___ Data section ___
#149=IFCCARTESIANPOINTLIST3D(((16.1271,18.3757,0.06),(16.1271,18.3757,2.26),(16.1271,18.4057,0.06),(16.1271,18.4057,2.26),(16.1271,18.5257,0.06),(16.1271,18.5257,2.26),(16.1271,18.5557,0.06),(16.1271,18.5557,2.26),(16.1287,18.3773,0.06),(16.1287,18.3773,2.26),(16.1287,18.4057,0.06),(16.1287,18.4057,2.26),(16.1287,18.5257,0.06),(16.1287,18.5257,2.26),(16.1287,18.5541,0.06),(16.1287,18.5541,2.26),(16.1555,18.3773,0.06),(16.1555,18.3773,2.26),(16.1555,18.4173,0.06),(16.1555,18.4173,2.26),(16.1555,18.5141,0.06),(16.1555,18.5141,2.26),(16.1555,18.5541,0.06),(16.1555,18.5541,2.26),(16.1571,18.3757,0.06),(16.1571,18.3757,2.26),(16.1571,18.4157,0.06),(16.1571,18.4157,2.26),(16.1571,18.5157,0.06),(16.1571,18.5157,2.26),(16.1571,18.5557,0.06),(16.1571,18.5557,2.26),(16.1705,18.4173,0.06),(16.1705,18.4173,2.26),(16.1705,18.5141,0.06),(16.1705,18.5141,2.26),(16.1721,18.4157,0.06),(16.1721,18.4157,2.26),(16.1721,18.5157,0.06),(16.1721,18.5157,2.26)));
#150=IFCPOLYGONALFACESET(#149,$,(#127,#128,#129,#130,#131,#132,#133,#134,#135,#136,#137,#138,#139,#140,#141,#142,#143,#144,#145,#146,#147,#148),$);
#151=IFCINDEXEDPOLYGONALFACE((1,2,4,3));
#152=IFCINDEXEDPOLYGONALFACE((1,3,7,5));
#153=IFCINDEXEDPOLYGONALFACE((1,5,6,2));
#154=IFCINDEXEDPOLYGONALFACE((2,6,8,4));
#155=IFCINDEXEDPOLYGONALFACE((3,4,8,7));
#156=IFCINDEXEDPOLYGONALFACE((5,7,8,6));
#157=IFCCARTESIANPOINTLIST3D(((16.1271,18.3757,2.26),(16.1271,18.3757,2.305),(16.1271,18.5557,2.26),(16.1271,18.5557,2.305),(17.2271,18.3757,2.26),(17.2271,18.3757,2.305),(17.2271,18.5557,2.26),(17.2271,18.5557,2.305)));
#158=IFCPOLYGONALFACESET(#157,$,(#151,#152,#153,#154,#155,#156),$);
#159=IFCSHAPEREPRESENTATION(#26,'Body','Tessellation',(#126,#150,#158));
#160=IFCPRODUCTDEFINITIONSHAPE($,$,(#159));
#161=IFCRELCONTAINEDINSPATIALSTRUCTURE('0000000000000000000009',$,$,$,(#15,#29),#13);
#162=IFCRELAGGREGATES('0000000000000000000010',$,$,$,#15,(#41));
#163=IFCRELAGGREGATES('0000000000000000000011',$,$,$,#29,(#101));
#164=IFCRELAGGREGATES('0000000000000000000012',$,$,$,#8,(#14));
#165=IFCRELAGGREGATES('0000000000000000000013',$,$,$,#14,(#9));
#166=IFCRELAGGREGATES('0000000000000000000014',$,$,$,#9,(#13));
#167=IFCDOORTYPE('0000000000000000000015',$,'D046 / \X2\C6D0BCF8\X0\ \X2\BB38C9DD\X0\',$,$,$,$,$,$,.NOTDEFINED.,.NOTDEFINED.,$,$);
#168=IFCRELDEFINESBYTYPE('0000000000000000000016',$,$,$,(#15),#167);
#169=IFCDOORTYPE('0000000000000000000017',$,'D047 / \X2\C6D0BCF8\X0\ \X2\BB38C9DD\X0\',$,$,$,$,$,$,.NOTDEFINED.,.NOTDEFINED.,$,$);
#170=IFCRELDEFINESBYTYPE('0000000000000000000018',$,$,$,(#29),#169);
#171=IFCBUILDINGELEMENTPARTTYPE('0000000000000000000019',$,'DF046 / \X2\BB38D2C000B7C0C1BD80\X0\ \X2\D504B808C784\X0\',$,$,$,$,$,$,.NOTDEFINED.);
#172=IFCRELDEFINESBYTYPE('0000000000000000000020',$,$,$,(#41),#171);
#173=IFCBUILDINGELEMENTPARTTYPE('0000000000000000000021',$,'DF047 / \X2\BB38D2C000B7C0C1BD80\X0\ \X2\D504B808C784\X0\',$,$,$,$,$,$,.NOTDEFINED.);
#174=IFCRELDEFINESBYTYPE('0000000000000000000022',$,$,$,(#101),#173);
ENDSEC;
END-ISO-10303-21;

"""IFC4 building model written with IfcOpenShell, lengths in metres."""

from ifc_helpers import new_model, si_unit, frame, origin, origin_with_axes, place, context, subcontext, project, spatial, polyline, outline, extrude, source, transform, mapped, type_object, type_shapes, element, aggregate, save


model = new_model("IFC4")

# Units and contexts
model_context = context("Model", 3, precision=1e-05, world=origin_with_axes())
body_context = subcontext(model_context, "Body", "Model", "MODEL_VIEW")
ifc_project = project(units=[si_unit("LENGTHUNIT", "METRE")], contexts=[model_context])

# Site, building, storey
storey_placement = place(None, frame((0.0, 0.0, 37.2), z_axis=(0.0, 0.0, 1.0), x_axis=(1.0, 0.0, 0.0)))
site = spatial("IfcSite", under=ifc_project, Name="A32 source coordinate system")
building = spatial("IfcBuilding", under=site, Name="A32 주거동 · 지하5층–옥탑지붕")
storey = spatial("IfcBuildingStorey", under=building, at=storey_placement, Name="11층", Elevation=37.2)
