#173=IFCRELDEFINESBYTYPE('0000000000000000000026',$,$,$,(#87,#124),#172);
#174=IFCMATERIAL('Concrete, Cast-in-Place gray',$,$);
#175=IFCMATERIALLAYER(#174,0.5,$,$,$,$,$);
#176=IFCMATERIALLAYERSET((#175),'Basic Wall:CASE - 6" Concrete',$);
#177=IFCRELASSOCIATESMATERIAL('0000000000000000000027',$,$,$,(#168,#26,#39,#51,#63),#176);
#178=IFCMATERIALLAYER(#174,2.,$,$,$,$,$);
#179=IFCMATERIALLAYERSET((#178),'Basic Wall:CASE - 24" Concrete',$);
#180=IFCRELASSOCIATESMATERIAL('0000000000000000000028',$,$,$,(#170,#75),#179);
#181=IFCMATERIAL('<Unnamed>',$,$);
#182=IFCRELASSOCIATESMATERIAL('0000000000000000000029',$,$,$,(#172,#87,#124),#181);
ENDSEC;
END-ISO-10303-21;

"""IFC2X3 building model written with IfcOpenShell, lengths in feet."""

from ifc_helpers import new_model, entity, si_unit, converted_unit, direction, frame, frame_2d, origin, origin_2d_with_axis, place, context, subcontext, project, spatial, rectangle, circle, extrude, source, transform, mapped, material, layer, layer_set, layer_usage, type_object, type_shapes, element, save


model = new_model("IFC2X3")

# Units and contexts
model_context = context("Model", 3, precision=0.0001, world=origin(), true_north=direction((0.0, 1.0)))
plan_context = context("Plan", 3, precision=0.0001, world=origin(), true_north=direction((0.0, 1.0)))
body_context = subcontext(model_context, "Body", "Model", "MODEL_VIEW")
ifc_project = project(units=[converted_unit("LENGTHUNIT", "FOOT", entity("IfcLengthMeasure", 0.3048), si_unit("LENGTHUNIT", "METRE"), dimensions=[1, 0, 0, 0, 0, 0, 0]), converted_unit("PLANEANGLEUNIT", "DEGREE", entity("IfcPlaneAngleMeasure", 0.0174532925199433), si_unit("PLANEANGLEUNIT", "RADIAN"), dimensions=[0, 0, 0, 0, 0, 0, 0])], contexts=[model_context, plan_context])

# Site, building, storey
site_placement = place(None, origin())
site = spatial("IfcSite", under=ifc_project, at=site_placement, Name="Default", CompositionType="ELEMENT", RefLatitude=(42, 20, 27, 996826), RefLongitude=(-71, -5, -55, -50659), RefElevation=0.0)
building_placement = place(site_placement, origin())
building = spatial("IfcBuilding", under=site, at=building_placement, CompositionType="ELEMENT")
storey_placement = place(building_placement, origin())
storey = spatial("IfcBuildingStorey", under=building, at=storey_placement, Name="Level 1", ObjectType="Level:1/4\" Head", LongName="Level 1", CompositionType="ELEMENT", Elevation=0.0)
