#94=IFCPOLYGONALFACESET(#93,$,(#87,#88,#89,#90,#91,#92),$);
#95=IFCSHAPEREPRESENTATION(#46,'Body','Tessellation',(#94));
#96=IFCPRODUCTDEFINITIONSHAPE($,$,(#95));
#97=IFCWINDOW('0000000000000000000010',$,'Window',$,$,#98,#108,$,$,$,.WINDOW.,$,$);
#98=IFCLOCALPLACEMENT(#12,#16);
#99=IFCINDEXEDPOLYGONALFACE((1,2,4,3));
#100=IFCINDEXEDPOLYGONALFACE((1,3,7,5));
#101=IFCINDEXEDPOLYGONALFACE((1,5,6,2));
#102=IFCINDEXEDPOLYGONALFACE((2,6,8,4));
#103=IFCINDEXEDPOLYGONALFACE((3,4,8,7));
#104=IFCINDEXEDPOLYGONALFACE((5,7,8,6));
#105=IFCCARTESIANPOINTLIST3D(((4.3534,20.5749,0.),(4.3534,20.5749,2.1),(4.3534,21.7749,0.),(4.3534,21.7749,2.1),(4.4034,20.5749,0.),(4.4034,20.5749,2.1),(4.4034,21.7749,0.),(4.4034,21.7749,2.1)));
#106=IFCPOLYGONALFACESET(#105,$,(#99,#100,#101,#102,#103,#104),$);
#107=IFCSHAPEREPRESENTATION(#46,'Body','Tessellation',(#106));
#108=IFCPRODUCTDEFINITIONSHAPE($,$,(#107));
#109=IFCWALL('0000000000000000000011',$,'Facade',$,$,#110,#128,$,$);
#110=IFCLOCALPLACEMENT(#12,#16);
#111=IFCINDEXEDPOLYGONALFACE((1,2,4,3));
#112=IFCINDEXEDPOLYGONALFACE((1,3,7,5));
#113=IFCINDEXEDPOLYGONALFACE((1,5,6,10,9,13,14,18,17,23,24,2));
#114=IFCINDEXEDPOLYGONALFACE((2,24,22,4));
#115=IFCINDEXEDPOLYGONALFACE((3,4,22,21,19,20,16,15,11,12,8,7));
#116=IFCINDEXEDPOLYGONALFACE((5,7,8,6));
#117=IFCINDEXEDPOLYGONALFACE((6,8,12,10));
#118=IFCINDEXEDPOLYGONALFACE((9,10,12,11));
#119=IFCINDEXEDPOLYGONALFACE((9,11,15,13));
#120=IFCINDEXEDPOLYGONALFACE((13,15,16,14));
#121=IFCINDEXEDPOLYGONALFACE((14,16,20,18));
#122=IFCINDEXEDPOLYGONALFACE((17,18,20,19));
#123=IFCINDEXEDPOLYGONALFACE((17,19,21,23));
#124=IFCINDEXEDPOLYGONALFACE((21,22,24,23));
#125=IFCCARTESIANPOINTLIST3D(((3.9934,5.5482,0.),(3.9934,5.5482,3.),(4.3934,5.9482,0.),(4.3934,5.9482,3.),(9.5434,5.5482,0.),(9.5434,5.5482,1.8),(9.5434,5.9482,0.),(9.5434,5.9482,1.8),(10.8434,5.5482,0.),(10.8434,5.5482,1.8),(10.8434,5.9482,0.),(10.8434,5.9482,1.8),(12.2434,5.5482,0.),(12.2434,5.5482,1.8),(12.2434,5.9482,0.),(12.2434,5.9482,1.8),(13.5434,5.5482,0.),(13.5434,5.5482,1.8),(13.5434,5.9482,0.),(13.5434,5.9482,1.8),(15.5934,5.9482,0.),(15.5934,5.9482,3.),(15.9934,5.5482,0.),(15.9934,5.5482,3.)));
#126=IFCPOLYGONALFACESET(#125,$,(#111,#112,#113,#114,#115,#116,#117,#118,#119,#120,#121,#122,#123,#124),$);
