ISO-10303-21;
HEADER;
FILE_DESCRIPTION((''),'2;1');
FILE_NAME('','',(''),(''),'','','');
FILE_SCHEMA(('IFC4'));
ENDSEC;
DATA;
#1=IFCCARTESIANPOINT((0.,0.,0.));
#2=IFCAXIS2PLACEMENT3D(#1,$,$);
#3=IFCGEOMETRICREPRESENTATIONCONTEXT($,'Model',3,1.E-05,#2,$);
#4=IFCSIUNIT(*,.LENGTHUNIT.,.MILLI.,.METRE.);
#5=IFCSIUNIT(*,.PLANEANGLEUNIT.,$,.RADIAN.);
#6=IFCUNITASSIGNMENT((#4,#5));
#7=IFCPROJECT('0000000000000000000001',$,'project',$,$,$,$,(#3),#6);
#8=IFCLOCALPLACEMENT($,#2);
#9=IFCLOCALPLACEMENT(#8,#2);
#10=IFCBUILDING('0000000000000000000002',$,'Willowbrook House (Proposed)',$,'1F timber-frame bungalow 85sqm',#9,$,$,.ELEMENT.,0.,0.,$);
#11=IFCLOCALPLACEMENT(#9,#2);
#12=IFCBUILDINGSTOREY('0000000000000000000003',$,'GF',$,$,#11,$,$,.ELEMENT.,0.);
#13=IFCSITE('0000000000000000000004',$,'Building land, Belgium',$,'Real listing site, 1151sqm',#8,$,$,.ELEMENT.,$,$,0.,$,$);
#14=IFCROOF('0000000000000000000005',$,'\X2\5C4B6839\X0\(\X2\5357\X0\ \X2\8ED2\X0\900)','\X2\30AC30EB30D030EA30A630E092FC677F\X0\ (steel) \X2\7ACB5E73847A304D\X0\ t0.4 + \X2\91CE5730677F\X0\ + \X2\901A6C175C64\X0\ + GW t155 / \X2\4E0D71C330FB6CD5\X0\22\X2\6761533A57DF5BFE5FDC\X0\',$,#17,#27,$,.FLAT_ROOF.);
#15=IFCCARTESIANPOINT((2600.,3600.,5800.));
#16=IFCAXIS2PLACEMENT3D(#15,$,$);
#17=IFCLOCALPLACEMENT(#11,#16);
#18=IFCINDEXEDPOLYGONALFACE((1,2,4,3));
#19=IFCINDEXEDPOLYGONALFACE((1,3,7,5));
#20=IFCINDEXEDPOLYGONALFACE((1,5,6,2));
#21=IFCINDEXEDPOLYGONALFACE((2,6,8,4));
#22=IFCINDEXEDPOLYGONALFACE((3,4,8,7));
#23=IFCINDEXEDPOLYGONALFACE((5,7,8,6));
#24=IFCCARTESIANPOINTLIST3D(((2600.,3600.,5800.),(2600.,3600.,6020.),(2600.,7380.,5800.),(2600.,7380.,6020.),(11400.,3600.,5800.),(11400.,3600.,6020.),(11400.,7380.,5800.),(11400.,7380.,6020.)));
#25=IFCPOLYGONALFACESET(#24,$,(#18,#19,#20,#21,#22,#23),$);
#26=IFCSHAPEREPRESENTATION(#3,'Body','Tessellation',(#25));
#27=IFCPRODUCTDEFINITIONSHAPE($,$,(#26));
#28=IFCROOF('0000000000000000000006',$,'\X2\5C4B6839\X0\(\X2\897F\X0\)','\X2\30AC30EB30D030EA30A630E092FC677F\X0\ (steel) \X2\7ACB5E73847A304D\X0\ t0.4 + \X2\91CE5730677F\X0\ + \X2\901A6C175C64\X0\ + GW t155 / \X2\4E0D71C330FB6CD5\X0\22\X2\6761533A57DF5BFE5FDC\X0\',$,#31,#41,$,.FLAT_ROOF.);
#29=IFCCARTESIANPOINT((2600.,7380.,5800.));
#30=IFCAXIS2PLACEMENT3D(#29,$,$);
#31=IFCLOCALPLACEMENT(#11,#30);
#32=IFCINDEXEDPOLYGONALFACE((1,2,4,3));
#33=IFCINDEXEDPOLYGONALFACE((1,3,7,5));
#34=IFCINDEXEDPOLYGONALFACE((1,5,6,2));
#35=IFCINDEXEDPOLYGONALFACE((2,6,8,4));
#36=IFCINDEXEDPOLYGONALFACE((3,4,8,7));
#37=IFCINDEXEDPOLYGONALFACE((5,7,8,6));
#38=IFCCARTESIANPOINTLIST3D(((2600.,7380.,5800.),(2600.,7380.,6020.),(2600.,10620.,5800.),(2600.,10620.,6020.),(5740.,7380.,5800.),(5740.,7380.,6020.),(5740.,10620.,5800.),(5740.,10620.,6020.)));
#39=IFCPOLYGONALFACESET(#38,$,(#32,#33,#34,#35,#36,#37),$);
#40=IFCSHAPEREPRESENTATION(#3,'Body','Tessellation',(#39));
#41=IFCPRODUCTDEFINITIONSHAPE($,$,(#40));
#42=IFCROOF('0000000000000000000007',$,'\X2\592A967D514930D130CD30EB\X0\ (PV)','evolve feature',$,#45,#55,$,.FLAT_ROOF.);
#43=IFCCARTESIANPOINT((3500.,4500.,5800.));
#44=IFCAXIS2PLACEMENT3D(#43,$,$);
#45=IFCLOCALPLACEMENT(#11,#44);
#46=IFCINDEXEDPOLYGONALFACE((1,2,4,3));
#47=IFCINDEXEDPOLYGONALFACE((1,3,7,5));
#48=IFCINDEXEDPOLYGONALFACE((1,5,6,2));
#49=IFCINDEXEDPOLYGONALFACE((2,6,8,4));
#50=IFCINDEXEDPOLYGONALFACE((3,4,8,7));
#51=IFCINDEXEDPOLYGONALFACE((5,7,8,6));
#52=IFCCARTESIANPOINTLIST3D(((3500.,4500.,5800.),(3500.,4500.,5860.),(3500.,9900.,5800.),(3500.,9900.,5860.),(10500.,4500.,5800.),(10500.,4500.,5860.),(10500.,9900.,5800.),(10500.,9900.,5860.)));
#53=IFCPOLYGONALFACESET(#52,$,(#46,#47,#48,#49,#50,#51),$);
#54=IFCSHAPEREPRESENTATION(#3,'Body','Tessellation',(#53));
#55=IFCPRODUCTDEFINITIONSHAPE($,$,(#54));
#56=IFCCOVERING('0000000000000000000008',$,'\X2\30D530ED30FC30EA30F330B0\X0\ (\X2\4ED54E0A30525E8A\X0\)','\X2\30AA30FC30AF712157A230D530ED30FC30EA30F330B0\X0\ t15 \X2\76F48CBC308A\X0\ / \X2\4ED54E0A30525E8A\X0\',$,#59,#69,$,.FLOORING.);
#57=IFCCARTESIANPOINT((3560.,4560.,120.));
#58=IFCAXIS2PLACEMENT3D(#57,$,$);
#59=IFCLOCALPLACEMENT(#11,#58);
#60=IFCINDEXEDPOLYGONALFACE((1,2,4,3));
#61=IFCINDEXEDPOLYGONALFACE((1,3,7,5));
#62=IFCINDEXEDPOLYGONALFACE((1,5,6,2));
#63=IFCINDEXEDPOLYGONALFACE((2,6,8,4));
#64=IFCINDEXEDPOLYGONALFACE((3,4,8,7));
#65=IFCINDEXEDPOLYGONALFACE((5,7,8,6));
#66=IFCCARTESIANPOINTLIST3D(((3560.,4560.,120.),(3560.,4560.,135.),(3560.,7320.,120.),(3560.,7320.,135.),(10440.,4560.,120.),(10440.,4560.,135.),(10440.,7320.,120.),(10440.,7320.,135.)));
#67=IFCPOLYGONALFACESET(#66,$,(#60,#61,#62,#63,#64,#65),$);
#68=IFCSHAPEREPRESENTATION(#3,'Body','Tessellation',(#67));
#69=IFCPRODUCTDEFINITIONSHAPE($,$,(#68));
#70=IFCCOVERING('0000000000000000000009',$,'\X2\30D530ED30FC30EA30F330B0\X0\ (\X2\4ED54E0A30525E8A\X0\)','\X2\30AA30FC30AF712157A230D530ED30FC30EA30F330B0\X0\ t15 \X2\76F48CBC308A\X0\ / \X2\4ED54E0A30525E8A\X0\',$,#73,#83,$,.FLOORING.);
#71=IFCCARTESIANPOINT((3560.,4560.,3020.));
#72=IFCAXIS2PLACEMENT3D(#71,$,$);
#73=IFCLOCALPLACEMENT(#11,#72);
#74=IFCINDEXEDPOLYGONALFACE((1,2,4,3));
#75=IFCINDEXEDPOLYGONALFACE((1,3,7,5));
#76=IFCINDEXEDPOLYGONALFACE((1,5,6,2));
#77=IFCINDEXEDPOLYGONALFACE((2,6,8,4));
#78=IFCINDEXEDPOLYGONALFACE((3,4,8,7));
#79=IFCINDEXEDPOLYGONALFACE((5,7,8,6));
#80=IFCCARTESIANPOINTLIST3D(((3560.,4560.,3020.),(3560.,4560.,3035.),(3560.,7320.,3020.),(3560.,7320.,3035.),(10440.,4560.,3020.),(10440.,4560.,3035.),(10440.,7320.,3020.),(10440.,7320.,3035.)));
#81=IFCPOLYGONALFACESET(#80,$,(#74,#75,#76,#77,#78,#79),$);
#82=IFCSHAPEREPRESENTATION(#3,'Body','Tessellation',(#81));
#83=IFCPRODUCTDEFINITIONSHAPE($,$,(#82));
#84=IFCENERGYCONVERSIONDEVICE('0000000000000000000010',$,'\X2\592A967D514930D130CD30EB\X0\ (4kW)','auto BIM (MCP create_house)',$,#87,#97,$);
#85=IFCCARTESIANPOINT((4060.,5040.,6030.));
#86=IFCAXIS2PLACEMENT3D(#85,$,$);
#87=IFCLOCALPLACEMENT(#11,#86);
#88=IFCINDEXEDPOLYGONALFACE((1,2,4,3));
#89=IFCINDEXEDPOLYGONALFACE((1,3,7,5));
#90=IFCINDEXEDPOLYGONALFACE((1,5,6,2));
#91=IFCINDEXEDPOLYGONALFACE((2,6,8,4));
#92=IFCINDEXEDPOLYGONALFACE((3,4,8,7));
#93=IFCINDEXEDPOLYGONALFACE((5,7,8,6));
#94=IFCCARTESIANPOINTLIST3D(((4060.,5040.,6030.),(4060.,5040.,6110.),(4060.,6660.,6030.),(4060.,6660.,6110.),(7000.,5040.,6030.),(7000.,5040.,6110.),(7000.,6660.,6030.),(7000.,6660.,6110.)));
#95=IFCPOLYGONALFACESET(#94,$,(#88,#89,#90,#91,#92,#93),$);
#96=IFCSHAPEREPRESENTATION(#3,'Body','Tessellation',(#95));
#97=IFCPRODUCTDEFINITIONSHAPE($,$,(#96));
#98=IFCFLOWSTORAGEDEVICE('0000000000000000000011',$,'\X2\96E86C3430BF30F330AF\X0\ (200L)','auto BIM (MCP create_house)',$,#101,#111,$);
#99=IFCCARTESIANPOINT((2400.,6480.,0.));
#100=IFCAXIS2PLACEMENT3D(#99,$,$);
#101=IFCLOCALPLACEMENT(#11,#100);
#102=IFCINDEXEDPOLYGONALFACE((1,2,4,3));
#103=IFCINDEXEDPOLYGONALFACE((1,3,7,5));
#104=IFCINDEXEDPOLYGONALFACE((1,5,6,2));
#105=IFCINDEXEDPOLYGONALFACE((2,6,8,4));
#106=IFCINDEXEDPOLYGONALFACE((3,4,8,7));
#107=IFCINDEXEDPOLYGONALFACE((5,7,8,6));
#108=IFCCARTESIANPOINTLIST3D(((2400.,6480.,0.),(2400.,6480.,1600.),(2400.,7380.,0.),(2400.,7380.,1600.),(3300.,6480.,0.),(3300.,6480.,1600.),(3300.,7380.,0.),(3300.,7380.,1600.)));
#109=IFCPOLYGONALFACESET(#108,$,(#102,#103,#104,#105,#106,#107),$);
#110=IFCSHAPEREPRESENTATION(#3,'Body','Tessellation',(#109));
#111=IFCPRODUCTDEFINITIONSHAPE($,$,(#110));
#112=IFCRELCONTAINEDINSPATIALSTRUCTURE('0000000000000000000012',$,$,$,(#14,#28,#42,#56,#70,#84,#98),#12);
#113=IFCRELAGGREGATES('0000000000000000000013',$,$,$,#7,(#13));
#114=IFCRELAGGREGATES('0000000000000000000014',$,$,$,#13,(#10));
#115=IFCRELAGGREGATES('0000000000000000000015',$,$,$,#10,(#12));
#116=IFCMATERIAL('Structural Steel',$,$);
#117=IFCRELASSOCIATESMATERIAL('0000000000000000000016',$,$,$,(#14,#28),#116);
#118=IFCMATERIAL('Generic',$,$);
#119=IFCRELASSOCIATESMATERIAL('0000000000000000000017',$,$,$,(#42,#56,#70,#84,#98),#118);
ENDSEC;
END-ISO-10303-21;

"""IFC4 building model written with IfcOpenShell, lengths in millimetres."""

from ifc_helpers import new_model, si_unit, frame, frame_2d, origin, place, context, project, spatial, rectangle, extrude, material, element, save


model = new_model("IFC4")

# Units and contexts
model_context = context("Model", 3, precision=1e-05, world=origin())
ifc_project = project(units=[si_unit("LENGTHUNIT", "METRE", prefix="MILLI"), si_unit("PLANEANGLEUNIT", "RADIAN")], contexts=[model_context])

# Site, building, storey
site_placement = place(None, origin())
site = spatial("IfcSite", under=ifc_project, at=site_placement, Name="Building land, Belgium", ObjectType="Real listing site, 1151sqm", CompositionType="ELEMENT", RefElevation=0.0)
building_placement = place(site_placement, origin())
building = spatial("IfcBuilding", under=site, at=building_placement, Name="Willowbrook House (Proposed)", ObjectType="1F timber-frame bungalow 85sqm", CompositionType="ELEMENT", ElevationOfRefHeight=0.0, ElevationOfTerrain=0.0)
storey_placement = place(building_placement, origin())
storey = spatial("IfcBuildingStorey", under=building, at=storey_placement, Name="GF", CompositionType="ELEMENT", Elevation=0.0)

# Shared definitions
ifc_material_1 = material(Name="Generic")

# Roofs
ifc_material_2 = material(Name="Structural Steel")
roof_1_placement = place(storey_placement, frame((2600.0, 3600.0, 5800.0)))
element("IfcRoof", 1, at=roof_1_placement, inside=storey, material=ifc_material_2, Name="屋根(南 軒900)", Description="ガルバリウム鋼板 (steel) 立平葺き t0.4 + 野地板 + 通気層 + GW t155 / 不燃・法22条区域対応", PredefinedType="FLAT_ROOF", context=model_context, shape_type="SweptSolid", body=[
    extrude(rectangle(XDim=8800.0, YDim=3780.0, at=frame_2d((4400.0, 1890.0))), frame((2600.0, 3600.0, 5800.0)), (0.0, 0.0, 1.0), 220.0),
])
roof_2_placement = place(storey_placement, frame((2600.0, 7380.0, 5800.0)))
element("IfcRoof", 2, at=roof_2_placement, inside=storey, material=ifc_material_2, Name="屋根(西)", Description="ガルバリウム鋼板 (steel) 立平葺き t0.4 + 野地板 + 通気層 + GW t155 / 不燃・法22条区域対応", PredefinedType="FLAT_ROOF", context=model_context, shape_type="SweptSolid", body=[
    extrude(rectangle(XDim=3140.0, YDim=3240.0, at=frame_2d((1570.0, 1620.0))), frame((2600.0, 7380.0, 5800.0)), (0.0, 0.0, 1.0), 220.0),
])
roof_3_placement = place(storey_placement, frame((3500.0, 4500.0, 5800.0)))
element("IfcRoof", 3, at=roof_3_placement, inside=storey, material=ifc_material_1, Name="太陽光パネル (PV)", Description="evolve feature", PredefinedType="FLAT_ROOF", context=model_context, shape_type="SweptSolid", body=[
    extrude(rectangle(XDim=7000.0, YDim=5400.0, at=frame_2d((3500.0, 2700.0))), frame((3500.0, 4500.0, 5800.0)), (0.0, 0.0, 1.0), 60.0),
])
___
# Problem description
Return a word-for-word copy of the lines above from the one holding "#82=IFCSHAPEREPRESENTATION(#3,'Body','Tessellation',(#81));" through the one holding "#86=IFCAXIS2PLACEMENT3D(#85,$,$);", with both of them included and nothing besides.

# Solution for this exercise
#82=IFCSHAPEREPRESENTATION(#3,'Body','Tessellation',(#81));
#83=IFCPRODUCTDEFINITIONSHAPE($,$,(#82));
#84=IFCENERGYCONVERSIONDEVICE('0000000000000000000010',$,'\X2\592A967D514930D130CD30EB\X0\ (4kW)','auto BIM (MCP create_house)',$,#87,#97,$);
#85=IFCCARTESIANPOINT((4060.,5040.,6030.));
#86=IFCAXIS2PLACEMENT3D(#85,$,$);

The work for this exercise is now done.